I feel that this question must be answered in the negative, and I take this position for the following reasons. The language of the New Castle County Zoning Code here provides that the lot “may continue to be used for the same non-conforming purpose”. The “purpose” in 1954 when the Zoning Code was enacted was the temporary parking of vehicles incidental to the business activities in which Harvey was then engaged — garage repair work and garbage collection. In my opinion, the exception must be interpreted so as to guarantee that zoning will not take from an owner property rights which he already legally possessed, because to do otherwise would be confiscatory and thus, in all probability, unconstitutional. 2 Rathkopf, The Law Of Zoning And Planning 58-1. It must also be interpreted to allow normal growth and extension of that which the owner already legally possessed. Minquadale Civic Association v. Kline, supra. However, if the spirit and intent of the zoning laws is to eventually eliminate the nonconforming use as speedily as possible so as to bring the property within the overall zoning plan, then it would seem that an owner should not be permitted, after zoning, to continue an undesirable use by means of terminating his original, protected business endeavor and entering into a completely new and different enterprise in which he had no interest, stake or investment at the time the zoning took effect. To allow such would be to perpetuate a use found to be unsuitable for a given area even though the original reason for protecting it no longer existed. .

In summary, while the use of the lot by the Defendants may still be the same in a physical sense, i. e., the parking of vehicles, the “purpose” for which they are parking vehicles is different, i. e., to further a profit-making activity in which they were not engaged at the time the zoning took effect, and which is not a reasonable or related extension of that in which they were engaged at the time.
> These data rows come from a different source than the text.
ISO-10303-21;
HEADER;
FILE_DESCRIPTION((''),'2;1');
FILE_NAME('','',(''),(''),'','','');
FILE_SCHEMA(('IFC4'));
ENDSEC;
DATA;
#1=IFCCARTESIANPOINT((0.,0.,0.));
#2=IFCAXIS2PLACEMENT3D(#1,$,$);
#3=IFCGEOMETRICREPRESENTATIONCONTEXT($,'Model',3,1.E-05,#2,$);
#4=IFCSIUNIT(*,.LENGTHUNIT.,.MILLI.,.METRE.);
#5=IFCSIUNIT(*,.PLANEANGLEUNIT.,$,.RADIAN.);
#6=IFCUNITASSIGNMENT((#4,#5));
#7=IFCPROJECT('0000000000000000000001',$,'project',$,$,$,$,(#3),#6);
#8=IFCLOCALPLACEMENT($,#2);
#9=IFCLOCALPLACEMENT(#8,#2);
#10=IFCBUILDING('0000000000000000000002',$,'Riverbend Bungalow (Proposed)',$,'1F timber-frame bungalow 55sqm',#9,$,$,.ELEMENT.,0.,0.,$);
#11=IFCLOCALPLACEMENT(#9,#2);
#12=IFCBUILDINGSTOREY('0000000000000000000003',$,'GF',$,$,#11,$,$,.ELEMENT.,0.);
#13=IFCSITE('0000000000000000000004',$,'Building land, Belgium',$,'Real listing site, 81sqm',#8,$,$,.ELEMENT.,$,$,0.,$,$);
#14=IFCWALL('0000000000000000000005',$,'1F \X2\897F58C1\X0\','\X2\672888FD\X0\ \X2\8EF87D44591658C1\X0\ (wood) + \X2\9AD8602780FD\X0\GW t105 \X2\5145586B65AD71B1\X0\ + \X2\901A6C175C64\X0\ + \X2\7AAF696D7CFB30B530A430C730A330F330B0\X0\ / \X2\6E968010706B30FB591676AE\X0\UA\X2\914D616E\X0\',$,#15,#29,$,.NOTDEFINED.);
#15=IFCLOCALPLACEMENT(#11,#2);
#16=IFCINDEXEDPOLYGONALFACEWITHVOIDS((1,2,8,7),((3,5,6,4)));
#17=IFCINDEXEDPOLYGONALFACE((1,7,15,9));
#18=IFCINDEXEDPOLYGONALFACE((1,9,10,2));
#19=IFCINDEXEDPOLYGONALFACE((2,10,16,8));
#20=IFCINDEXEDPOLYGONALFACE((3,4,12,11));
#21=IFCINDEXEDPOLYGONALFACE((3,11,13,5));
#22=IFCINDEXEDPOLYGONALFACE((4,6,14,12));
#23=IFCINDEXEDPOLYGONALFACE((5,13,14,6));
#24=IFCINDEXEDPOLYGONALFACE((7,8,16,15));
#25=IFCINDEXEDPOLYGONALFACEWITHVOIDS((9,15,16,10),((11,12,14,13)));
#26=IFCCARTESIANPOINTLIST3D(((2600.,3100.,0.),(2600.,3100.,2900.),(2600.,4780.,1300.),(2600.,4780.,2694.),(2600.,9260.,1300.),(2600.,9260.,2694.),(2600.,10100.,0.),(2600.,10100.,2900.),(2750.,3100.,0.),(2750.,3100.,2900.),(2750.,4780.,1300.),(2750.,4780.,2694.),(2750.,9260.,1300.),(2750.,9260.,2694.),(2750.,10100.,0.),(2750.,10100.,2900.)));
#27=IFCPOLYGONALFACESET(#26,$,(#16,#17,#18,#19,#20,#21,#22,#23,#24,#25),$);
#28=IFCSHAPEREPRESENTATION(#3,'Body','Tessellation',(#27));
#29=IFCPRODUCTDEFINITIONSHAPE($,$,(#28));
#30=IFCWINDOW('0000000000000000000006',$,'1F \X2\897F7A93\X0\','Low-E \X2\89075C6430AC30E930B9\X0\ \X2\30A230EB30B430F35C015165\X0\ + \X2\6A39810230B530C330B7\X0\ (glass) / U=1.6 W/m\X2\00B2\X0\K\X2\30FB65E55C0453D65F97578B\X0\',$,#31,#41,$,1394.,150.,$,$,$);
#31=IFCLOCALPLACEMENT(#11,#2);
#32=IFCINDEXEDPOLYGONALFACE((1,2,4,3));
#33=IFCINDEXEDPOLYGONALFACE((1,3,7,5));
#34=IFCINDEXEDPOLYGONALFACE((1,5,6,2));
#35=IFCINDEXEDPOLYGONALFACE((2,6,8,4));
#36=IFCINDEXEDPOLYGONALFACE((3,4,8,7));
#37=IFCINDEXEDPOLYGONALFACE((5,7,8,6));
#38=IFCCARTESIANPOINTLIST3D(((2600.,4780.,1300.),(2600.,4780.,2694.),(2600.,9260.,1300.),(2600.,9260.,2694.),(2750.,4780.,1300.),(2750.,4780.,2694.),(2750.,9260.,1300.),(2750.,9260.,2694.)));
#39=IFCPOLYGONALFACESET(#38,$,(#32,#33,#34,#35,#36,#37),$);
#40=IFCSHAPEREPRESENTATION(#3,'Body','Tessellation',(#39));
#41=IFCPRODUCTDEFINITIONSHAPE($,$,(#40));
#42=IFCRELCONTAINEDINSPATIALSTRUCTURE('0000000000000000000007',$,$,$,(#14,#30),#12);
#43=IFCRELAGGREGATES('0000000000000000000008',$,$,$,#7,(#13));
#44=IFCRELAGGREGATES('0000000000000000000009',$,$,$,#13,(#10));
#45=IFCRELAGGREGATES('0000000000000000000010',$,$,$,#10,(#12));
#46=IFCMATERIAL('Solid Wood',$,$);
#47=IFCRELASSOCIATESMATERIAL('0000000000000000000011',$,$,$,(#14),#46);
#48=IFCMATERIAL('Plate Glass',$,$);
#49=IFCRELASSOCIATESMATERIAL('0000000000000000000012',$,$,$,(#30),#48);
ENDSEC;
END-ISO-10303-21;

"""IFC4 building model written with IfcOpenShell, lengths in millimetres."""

from ifc_helpers import new_model, si_unit, frame, frame_2d, origin, place, context, project, spatial, rectangle, extrude, material, element, fill, save


model = new_model("IFC4")

# Units and contexts
model_context = context("Model", 3, precision=1e-05, world=origin())
ifc_project = project(units=[si_unit("LENGTHUNIT", "METRE", prefix="MILLI"), si_unit("PLANEANGLEUNIT", "RADIAN")], contexts=[model_context])

# Site, building, storey
site_placement = place(None, origin())
site = spatial("IfcSite", under=ifc_project, at=site_placement, Name="Building land, Belgium", ObjectType="Real listing site, 81sqm", CompositionType="ELEMENT", RefElevation=0.0)
building_placement = place(site_placement, origin())
building = spatial("IfcBuilding", under=site, at=building_placement, Name="Riverbend Bungalow (Proposed)", ObjectType="1F timber-frame bungalow 55sqm", CompositionType="ELEMENT", ElevationOfRefHeight=0.0, ElevationOfTerrain=0.0)
storey_placement = place(building_placement, origin())
storey = spatial("IfcBuildingStorey", under=building, at=storey_placement, Name="GF", CompositionType="ELEMENT", Elevation=0.0)

# Shared definitions
ifc_material_1 = material(Name="Solid Wood")

# Shared definitions
ifc_material_2 = material(Name="Plate Glass")

# Wall, opening, window
wall_1_placement = place(storey_placement, frame((1300.0, 1550.0, 0.0)))
wall_1 = element("IfcWall", 1, at=wall_1_placement, inside=storey, material=ifc_material_1, Name="1F 西壁", Description="木製 軸組外壁 (wood) + 高性能GW t105 充填断熱 + 通気層 + 窯業系サイディング / 準耐火・外皮UA配慮", PredefinedType="NOTDEFINED", context=model_context, shape_type="SweptSolid", body=[
    extrude(rectangle(XDim=150.0, YDim=7000.0, at=frame_2d((75.0, 3500.0))), frame((1300.0, 1550.0, 0.0)), (0.0, 0.0, 1.0), 2900.0),
])
opening_1_placement = place(storey_placement, frame((1300.0, 2390.0, 650.0)))
opening_1 = element("IfcOpeningElement", 2, at=opening_1_placement, cuts=wall_1, PredefinedType="NOTDEFINED", context=model_context, shape_type="SweptSolid", body=[
    extrude(rectangle(XDim=150.0, YDim=4480.0, at=frame_2d((75.0, 2240.0))), frame((1300.0, 2390.0, 650.0)), (0.0, 0.0, 1.0), 1394.0),
])
window_1_placement = place(storey_placement, frame((1300.0, 2390.0, 650.0)))
window_1 = element("IfcWindow", 3, at=window_1_placement, inside=storey, material=ifc_material_2, Name="1F 西窓", Description="Low-E 複層ガラス アルゴン封入 + 樹脂サッシ (glass) / U=1.6 W/m²K・日射取得型", OverallHeight=1394.0, OverallWidth=150.0, context=model_context, shape_type="SweptSolid", body=[
    extrude(rectangle(XDim=150.0, YDim=4480.0, at=frame_2d((75.0, 2240.0))), frame((1300.0, 2390.0, 650.0)), (0.0, 0.0, 1.0), 1394.0),
])
fill(opening_1, window_1)

save(model, "model.ifc")
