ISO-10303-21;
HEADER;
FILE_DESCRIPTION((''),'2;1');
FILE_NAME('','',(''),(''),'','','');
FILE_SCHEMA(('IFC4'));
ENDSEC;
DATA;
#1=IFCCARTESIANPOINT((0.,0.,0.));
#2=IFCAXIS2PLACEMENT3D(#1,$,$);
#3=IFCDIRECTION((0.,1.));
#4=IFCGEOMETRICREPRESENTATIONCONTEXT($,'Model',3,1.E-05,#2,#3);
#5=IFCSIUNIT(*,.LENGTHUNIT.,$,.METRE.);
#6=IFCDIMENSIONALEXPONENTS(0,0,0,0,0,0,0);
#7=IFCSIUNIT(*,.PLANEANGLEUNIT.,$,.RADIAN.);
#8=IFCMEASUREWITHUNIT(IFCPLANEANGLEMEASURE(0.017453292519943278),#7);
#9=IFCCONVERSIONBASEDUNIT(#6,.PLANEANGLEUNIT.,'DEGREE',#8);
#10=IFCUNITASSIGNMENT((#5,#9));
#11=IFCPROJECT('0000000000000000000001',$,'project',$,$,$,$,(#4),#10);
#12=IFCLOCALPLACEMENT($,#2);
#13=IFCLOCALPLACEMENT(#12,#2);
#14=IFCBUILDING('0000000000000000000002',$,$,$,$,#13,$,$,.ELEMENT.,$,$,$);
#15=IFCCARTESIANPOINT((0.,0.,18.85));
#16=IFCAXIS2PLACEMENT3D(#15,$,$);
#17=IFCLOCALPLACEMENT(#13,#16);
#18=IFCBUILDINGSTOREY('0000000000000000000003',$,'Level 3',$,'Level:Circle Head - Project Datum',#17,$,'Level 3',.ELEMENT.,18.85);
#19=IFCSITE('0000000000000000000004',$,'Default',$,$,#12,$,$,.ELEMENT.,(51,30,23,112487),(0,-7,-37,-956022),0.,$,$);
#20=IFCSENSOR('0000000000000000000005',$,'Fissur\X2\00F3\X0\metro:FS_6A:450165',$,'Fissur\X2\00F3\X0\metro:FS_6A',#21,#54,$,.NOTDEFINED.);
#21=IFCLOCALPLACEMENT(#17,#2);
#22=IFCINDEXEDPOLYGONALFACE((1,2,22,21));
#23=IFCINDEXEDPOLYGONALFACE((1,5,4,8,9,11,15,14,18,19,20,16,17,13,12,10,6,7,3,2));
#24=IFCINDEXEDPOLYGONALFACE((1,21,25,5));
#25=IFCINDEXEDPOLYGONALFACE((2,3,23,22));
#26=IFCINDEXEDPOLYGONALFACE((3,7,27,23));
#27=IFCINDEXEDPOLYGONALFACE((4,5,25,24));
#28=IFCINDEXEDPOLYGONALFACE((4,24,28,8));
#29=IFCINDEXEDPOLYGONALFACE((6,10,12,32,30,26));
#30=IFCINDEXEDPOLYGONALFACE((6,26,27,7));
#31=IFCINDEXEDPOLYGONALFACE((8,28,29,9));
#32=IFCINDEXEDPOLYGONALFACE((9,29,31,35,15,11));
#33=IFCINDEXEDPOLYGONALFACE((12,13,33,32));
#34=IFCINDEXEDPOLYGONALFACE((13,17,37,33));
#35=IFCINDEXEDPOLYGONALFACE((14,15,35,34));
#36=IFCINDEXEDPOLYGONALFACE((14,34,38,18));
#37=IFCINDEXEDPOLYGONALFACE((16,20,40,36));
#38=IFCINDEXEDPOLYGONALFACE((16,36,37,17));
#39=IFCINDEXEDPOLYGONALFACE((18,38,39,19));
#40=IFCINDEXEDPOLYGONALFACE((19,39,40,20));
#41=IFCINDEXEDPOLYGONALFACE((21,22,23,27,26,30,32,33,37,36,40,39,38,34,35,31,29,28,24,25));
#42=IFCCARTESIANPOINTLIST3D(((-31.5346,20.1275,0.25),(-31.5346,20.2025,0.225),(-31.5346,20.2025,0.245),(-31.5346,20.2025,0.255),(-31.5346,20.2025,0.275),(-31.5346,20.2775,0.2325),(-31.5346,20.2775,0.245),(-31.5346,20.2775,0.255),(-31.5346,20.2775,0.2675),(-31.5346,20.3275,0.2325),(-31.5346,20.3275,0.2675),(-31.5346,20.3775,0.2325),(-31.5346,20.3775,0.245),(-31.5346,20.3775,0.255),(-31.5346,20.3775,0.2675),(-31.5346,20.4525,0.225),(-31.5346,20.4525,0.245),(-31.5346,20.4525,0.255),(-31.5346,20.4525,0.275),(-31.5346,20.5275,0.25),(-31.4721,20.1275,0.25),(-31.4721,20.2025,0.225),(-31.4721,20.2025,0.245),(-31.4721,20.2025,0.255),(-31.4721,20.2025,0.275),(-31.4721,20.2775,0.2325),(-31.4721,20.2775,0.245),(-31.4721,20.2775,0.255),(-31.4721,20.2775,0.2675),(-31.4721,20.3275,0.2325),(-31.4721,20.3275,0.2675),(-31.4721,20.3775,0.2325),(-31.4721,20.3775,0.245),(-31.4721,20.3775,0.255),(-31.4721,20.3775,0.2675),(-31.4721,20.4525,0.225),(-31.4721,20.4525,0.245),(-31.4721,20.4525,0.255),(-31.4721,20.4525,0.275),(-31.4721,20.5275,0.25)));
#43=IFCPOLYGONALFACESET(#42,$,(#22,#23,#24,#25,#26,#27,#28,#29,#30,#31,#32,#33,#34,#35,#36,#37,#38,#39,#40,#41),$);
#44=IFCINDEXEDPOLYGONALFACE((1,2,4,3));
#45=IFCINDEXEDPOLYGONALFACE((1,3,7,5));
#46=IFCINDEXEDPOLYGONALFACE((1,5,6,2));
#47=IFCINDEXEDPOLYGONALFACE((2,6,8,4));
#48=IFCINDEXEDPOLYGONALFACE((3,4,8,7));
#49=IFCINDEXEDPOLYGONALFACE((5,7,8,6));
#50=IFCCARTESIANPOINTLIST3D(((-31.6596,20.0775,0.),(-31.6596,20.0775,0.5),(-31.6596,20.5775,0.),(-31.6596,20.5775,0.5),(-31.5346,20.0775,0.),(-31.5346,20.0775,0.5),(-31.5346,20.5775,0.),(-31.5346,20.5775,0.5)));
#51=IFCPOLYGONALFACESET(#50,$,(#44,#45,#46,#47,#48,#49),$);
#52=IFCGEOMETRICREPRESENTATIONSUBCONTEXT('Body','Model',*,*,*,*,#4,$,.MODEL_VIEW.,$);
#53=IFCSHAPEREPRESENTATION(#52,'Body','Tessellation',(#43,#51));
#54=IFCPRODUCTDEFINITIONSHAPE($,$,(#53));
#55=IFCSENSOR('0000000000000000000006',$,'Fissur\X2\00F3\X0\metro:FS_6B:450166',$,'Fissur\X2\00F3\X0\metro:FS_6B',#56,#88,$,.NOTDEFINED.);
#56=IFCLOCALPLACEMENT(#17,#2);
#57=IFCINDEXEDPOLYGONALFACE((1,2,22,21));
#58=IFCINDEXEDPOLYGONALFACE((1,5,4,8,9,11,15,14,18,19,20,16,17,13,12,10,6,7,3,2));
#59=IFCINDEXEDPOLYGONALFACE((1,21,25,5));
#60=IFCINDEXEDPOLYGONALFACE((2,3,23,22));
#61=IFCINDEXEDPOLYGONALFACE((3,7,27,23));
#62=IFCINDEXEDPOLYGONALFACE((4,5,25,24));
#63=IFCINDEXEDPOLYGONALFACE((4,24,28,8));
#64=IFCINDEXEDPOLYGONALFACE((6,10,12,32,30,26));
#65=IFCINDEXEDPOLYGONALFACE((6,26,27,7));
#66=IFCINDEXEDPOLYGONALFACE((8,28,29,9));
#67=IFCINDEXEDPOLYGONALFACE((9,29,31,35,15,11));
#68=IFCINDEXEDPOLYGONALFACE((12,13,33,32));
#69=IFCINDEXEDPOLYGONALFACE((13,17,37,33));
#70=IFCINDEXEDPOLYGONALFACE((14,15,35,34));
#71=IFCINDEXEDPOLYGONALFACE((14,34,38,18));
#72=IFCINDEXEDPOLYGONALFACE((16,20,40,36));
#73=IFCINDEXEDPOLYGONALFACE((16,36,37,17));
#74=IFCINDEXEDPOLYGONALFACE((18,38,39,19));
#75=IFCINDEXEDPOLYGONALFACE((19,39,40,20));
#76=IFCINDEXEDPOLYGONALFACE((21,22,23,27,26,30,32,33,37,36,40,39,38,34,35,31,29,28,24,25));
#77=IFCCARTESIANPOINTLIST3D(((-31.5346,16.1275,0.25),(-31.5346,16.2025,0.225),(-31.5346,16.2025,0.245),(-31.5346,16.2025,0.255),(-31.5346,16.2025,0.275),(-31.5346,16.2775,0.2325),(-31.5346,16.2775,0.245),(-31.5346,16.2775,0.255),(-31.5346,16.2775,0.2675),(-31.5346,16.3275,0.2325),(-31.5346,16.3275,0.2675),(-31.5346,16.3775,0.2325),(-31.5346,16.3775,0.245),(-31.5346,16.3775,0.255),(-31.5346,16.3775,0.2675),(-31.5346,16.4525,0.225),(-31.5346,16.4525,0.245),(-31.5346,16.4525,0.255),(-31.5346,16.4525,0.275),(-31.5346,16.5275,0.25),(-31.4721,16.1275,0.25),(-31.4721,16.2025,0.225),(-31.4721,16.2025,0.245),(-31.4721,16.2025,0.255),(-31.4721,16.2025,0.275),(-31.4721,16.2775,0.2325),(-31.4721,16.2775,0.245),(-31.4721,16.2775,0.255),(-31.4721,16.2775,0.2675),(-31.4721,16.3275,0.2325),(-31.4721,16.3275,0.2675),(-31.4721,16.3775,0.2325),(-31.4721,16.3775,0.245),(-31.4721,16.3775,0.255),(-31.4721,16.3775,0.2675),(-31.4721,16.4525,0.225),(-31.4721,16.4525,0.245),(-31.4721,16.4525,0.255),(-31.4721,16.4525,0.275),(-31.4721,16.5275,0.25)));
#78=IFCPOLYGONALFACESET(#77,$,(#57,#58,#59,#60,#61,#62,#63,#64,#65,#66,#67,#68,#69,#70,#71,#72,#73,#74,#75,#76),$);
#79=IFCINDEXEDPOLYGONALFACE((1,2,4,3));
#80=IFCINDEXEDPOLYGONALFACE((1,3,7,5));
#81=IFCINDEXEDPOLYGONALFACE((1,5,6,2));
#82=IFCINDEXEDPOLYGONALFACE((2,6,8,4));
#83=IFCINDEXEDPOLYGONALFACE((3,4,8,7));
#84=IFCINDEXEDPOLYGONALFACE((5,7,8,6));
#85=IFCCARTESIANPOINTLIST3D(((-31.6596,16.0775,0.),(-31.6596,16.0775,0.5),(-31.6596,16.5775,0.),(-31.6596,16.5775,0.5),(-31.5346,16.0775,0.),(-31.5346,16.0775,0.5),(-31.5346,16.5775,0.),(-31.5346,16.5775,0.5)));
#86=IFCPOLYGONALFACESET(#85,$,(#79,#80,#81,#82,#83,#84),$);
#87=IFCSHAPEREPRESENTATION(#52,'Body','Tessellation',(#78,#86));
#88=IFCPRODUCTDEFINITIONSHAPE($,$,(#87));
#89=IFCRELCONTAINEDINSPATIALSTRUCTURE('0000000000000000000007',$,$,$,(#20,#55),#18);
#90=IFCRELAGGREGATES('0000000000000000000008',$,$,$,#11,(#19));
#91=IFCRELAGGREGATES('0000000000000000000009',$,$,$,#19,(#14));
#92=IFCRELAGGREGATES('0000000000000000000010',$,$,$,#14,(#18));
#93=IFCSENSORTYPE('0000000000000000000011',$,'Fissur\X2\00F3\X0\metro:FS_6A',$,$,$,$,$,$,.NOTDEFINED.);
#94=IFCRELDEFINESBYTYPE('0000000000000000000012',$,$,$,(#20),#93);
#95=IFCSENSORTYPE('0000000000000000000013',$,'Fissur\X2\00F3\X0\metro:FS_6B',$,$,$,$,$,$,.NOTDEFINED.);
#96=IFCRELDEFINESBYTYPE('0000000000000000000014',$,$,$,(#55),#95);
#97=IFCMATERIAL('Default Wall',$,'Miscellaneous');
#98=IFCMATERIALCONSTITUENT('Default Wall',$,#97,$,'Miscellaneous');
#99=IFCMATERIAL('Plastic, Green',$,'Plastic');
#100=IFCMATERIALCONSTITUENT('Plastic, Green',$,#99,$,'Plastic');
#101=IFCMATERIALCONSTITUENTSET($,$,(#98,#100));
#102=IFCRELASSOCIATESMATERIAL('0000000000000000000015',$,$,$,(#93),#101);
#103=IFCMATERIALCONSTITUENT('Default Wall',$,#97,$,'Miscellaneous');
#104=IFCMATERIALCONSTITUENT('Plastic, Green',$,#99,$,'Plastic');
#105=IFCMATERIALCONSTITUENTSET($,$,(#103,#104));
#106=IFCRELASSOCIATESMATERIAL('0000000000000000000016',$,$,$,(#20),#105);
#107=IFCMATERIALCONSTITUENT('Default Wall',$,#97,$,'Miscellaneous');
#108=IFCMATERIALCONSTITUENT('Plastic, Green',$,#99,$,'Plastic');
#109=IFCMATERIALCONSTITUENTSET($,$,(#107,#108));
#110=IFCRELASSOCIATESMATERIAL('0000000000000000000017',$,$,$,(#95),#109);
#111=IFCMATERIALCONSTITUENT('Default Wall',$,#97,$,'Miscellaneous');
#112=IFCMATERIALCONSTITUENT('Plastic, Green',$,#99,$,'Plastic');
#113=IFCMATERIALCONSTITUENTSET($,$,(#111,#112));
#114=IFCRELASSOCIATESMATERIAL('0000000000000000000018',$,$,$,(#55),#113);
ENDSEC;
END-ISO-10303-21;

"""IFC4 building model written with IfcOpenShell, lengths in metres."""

from ifc_helpers import new_model, entity, si_unit, converted_unit, direction, frame, origin, place, context, subcontext, project, spatial, indexed_curve, outline, extrude, source, transform, mapped, material, constituent, constituent_set, type_object, type_shapes, element, save


model = new_model("IFC4")

# Units and contexts
model_context = context("Model", 3, precision=1e-05, world=origin(), true_north=direction((0.0, 1.0)))
body_context = subcontext(model_context, "Body", "Model", "MODEL_VIEW")
ifc_project = project(units=[si_unit("LENGTHUNIT", "METRE"), converted_unit("PLANEANGLEUNIT", "DEGREE", entity("IfcPlaneAngleMeasure", 0.017453292519943278), si_unit("PLANEANGLEUNIT", "RADIAN"), dimensions=[0, 0, 0, 0, 0, 0, 0])], contexts=[model_context])

# Site, building, storey
site_placement = place(None, origin())
site = spatial("IfcSite", under=ifc_project, at=site_placement, Name="Default", CompositionType="ELEMENT", RefLatitude=(51, 30, 23, 112487), RefLongitude=(0, -7, -37, -956022), RefElevation=0.0)
building_placement = place(site_placement, origin())
building = spatial("IfcBuilding", under=site, at=building_placement, CompositionType="ELEMENT")
storey_placement = place(building_placement, frame((0.0, 0.0, 18.85)))
storey = spatial("IfcBuildingStorey", under=building, at=storey_placement, Name="Level 3", ObjectType="Level:Circle Head - Project Datum", LongName="Level 3", CompositionType="ELEMENT", Elevation=18.85)

# Sensors
ifc_material_1 = material(Name="Default Wall", Category="Miscellaneous")
ifc_material_2 = material(Name="Plastic, Green", Category="Plastic")
ifc_constituent_1 = constituent(ifc_material_1, Name="Default Wall", Category="Miscellaneous")
ifc_constituent_2 = constituent(ifc_material_2, Name="Plastic, Green", Category="Plastic")
ifc_constituent_set_1 = constituent_set(constituents=[ifc_constituent_1, ifc_constituent_2])
ifc_constituent_3 = constituent(ifc_material_1, Name="Default Wall", Category="Miscellaneous")
ifc_constituent_4 = constituent(ifc_material_2, Name="Plastic, Green", Category="Plastic")
ifc_constituent_set_2 = constituent_set(constituents=[ifc_constituent_3, ifc_constituent_4])
sensor_type_1 = type_object("IfcSensorType", Name="Fissurómetro:FS_6A", PredefinedType="NOTDEFINED", material=ifc_constituent_set_2)
shared_shape_1 = source(origin(), body_context, "Body", "SweptSolid", [
    extrude(outline(indexed_curve([(-0.025, -0.125), (0.0, -0.2), (0.025, -0.125), (0.005, -0.125), (0.005, -0.05), (0.0175, -0.05), (0.0175, 0.0), (0.0175, 0.05), (0.005, 0.05), (0.005, 0.125), (0.025, 0.125), (0.0, 0.2), (-0.025, 0.125), (-0.005, 0.125), (-0.005, 0.05), (-0.0175, 0.05), (-0.0175, 0.0), (-0.0175, -0.05), (-0.005, -0.05), (-0.005, -0.125), (-0.025, -0.125)], self_intersect=False)), frame((0.0, 0.0625, 0.25), z_axis=(0.0, -1.0, 0.0), x_axis=(0.0, 0.0, -1.0)), (0.0, 0.0, -1.0), 0.0625),
    extrude(outline(indexed_curve([(-0.0625, -0.25), (0.0625, -0.25), (0.0625, 0.25), (-0.0625, 0.25), (-0.0625, -0.25)], self_intersect=False)), frame((0.0, 0.0, 0.0), z_axis=(0.0, 0.0, 1.0), x_axis=(0.0, 1.0, 0.0)), (0.0, 0.0, 1.0), 0.5),
])
type_shapes(sensor_type_1, [shared_shape_1])
sensor_1_placement = place(storey_placement, frame((-31.5971, 20.3275, 0.0), z_axis=(0.0, 0.0, 1.0), x_axis=(0.0, -1.0, 0.0)))
element("IfcSensor", 1, at=sensor_1_placement, inside=storey, type_object=sensor_type_1, material=ifc_constituent_set_1, Name="Fissurómetro:FS_6A:450165", ObjectType="Fissurómetro:FS_6A", PredefinedType="NOTDEFINED", context=body_context, shape_type="MappedRepresentation", body=[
I am therefore of the opinion that a permanent injunction should issue.

However, the timing of such an injunction causes concern. Plaintiff has apparently allowed this use of the property for at least some ten or eleven years b.efore taking action. We are now in the middle of a school year and presumably contracts have been awarded which do not anticipate the cost or inconvenience of relocating a parking area for the buses. I do not feel, therefore, that an injunction should issue at once without some consideration for the effect that it might have on others not a party to the suit as well as the Defendants. Consequently, a further hearing shall be scheduled as to the form of order to be entered.